The testimony of the law firm’s accountants, together with the firm’s books and records which were admitted into evidence, established that the books were regularly maintained on a cash basis. Income was recorded only when received, and expenses only when paid. This method of accounting did not include accounts receivable or work in progress as assets and did not reflect any value for pending contingency fee cases.

Since the law firm’s regular method of accounting was a cash method which did not recognize accounts receivable or work in progress as assets, the Surrogate properly applied Business Corporation Law § 1510 (a) in concluding that the book value of the decedent’s shares did not include pending cases. Contrary to the petitioner’s contention, the Surrogate did not erroneously interpret the statute in an overly restrictive manner. Rather, the Surrogate gave effect to the plain meaning of the clear and unambiguous statutory language (see, Doctors Council v New York City Employees’ Retirement Sys., 71 NY2d 669, 674-675).

The petitioner contends that the Surrogate should have used his equitable powers to achieve a "fair result” and determined that pending cases be included in the valuation, despite the language of the statute. Whether equity could ever intercede when application of the statute would produce a " 'harsh result’ ” (Licitra v Shaw, Licitra, Eisenberg, Esernio & Schwartz, 187 AD2d 640, 642; see also, Diamond & Golomb v Diamond, 189 AD2d 722) is an issue that we need not reach. Under the totality of the circumstances of this case where the petitioner will be receiving approximately $1,000,000 in various payments, the result is not inequitable.

We find that the Surrogate erred, however, in concluding that Reichenbaum had only a 45% interest in the law firm. The petitioner came forward with proof demonstrating that the decedent owned 50% of the shares of the corporation. The law firm failed to adduce sufficient competent evidence to rebut this proof and establish that the decedent’s interest had been reduced to 45%.

*52The Surrogate properly determined that the life insurance proceeds constituted an additional payment to the estate and not a substitute for payment of the decedent’s interest in the law firm. The law firm failed to prove the existence of any enforceable agreement limiting payment for Reichenbaum’s shares to the proceeds of the policies. The firm’s remaining contentions are without merit.

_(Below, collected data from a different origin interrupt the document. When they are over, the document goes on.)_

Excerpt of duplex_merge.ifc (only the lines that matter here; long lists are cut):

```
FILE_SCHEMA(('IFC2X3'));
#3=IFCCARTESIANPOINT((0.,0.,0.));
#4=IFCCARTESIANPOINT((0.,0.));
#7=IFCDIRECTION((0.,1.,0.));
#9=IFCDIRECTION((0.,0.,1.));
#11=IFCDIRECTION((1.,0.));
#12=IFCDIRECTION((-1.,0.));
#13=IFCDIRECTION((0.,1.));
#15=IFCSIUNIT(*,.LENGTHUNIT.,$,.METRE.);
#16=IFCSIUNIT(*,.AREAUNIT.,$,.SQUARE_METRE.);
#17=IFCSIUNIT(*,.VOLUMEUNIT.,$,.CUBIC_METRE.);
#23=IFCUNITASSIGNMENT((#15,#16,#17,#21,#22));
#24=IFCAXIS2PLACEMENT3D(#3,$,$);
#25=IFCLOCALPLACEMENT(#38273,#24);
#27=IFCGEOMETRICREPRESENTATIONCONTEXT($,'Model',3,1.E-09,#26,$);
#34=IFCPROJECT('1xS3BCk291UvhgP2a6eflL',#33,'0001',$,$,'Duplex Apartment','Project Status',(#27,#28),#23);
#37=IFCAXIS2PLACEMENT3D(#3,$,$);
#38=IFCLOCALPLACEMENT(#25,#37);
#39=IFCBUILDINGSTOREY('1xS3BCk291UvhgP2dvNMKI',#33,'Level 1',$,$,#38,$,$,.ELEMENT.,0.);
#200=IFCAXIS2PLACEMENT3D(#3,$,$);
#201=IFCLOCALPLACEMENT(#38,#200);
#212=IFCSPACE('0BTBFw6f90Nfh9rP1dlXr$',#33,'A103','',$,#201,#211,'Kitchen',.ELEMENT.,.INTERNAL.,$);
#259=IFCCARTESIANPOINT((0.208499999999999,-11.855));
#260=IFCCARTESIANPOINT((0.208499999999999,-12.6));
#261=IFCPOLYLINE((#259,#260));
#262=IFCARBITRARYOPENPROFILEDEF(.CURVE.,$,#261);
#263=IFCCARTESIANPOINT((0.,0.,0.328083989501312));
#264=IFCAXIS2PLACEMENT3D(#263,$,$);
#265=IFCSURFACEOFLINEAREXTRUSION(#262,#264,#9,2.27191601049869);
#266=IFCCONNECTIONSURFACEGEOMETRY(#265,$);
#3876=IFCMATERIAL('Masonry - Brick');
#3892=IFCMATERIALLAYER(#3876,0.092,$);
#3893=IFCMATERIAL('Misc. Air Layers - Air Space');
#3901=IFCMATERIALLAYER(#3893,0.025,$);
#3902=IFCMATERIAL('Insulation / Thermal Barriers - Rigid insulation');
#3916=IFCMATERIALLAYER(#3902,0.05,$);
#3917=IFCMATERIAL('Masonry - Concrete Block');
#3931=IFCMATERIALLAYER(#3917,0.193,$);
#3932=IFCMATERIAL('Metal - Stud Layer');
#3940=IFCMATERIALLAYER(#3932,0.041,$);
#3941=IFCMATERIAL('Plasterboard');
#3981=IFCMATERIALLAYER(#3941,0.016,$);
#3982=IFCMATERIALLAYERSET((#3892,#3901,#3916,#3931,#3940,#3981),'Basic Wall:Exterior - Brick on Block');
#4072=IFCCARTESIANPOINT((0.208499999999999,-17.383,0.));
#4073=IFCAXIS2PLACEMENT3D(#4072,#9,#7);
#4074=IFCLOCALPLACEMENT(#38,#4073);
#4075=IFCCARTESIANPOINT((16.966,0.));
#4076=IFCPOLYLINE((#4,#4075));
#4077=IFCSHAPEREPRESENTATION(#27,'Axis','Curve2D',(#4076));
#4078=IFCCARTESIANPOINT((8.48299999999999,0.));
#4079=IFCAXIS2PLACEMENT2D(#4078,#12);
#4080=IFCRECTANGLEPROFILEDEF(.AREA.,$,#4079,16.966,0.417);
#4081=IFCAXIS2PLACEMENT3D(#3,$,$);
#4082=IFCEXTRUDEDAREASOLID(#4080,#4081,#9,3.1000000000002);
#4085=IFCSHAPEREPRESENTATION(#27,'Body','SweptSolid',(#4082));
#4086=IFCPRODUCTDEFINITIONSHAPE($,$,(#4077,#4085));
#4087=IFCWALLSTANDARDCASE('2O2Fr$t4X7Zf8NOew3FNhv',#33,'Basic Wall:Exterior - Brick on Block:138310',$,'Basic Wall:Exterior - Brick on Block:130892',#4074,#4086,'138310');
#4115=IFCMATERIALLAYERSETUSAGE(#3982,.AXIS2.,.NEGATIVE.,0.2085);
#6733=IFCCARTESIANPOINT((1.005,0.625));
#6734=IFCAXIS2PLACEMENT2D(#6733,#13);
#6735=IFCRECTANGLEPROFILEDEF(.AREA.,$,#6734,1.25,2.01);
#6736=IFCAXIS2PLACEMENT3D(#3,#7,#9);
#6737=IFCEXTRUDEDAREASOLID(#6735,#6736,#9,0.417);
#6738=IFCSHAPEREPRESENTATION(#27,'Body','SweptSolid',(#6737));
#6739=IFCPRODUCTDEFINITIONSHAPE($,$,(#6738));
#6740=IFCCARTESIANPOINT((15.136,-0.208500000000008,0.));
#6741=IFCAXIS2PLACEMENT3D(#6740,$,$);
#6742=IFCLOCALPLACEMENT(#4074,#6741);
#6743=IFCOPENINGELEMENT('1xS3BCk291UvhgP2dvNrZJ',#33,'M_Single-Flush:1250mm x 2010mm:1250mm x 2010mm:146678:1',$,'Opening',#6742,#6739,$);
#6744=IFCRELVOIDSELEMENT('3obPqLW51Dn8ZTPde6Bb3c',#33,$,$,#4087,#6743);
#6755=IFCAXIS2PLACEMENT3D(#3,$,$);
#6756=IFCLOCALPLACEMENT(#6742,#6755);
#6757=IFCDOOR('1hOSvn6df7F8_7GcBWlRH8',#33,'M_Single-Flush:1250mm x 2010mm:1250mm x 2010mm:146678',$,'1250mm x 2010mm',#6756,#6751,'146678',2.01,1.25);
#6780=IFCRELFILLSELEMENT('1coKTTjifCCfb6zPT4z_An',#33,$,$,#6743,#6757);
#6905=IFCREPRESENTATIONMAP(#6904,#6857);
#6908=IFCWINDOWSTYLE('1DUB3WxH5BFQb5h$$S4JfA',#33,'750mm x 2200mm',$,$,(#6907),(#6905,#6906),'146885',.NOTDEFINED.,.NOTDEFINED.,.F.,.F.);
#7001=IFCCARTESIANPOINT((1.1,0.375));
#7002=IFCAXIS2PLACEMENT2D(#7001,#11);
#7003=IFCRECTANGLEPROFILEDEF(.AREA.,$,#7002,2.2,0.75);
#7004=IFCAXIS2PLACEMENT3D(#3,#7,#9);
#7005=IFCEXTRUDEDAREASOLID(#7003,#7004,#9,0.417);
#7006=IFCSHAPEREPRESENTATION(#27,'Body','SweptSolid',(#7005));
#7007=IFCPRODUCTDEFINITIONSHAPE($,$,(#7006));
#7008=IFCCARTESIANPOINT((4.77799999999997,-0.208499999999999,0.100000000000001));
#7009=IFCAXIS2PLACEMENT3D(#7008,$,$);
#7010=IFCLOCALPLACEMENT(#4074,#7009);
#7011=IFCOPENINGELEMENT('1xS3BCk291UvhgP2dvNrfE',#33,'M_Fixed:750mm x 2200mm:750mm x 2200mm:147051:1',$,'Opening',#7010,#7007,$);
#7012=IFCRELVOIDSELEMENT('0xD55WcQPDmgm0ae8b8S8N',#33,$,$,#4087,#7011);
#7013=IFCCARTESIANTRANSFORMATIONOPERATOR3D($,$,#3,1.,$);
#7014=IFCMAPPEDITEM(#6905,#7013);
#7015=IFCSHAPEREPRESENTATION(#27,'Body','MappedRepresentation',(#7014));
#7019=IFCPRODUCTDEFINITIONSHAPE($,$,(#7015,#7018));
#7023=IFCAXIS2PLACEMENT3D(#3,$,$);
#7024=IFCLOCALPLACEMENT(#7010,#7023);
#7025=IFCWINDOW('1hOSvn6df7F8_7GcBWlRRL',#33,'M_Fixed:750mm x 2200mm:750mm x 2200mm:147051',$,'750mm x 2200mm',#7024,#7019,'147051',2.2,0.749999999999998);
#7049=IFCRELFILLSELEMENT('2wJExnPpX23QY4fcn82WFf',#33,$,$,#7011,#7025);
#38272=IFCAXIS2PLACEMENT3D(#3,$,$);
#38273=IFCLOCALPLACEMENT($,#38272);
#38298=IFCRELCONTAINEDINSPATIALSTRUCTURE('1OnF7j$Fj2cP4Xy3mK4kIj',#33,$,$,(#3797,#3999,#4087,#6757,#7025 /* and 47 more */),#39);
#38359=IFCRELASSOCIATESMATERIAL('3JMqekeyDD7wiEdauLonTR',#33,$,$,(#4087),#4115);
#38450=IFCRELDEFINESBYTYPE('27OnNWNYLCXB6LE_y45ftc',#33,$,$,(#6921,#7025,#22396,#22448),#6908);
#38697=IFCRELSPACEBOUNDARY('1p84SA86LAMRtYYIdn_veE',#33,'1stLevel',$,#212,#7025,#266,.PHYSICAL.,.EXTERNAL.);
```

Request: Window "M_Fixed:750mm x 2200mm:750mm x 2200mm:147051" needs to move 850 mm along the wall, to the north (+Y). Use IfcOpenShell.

```python
import numpy as np
import ifcopenshell
import ifcopenshell.api.geometry
import ifcopenshell.util.placement
import ifcopenshell.util.unit

model = ifcopenshell.open("duplex_merge.ifc")
unit_scale = ifcopenshell.util.unit.calculate_unit_scale(model)

window = model.by_guid("1hOSvn6df7F8_7GcBWlRRL")
opening = window.FillsVoids[0].RelatingOpeningElement
wall = opening.VoidsElements[0].RelatingBuildingElement

wall_matrix = ifcopenshell.util.placement.get_local_placement(wall.ObjectPlacement)
shift = wall_matrix[:3, 0] * 0.85 / unit_scale
before = ifcopenshell.util.placement.get_local_placement(window.ObjectPlacement)[:3, 3].copy()

# The window is placed relative to its opening, so it follows when the opening moves.
matrix = ifcopenshell.util.placement.get_local_placement(opening.ObjectPlacement)
matrix[:3, 3] += shift
ifcopenshell.api.geometry.edit_object_placement(
    model, product=opening, matrix=matrix, is_si=False, should_transform_children=True
)

# Space boundary surfaces are stored in each space's coordinates; move them too.
for rel in window.ProvidesBoundaries:
    if not rel.ConnectionGeometry:
        continue
    surface = rel.ConnectionGeometry.SurfaceOnRelatingElement
    space_matrix = ifcopenshell.util.placement.get_local_placement(rel.RelatingSpace.ObjectPlacement)
    point = np.array(surface.Position.Location.Coordinates) + space_matrix[:3, :3].T @ shift
    surface.Position = model.createIfcAxis2Placement3D(
        model.createIfcCartesianPoint(point.tolist()), surface.Position.Axis, surface.Position.RefDirection
    )

after = ifcopenshell.util.placement.get_local_placement(window.ObjectPlacement)[:3, 3]
print("window moved by", (after - before).round(3) + 0.0)

model.write("duplex_merge_v2.ifc")
```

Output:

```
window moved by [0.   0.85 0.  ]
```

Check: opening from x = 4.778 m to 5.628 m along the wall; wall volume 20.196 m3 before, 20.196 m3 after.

Accordingly, the decree is modified, on the facts, by deleting so much of the penultimate decretal paragraph as determined that the decedent’s interest in the professional corporation at the time of his death was 45% of the shares of the corporation and substituting therefor a provision declaring the decedent to have held a 50% interest in the corporation; as so modified, the decree is affirmed insofar as appealed from, without costs or disbursements, and the matter is remitted to the Surrogate’s Court to determine the book value of the decedent’s 50% of the shares in the corporation in accordance with the foregoing, and for the entry of an appropriate amended decree accordingly.

Rosenblatt, J. P., Hart and Friedmann, JJ., concur.

Ordered that the decree is modified, on the facts, by deleting so much of the penultimate decretal paragraph as determined that the decedent’s interest in the professional corporation at the time of his death was 45% of the shares of the corporation and substituting therefor a provision declaring the decedent to have held a 50% interest in the corporation; as so modified, the decree is affirmed insofar as appealed from, without costs or disbursements, and the matter is remitted to the Surrogate’s Court to determine the book value of the decedent’s 50% of the shares in the corporation in accordance with the foregoing, and for the entry of an appropriate amended decree accordingly.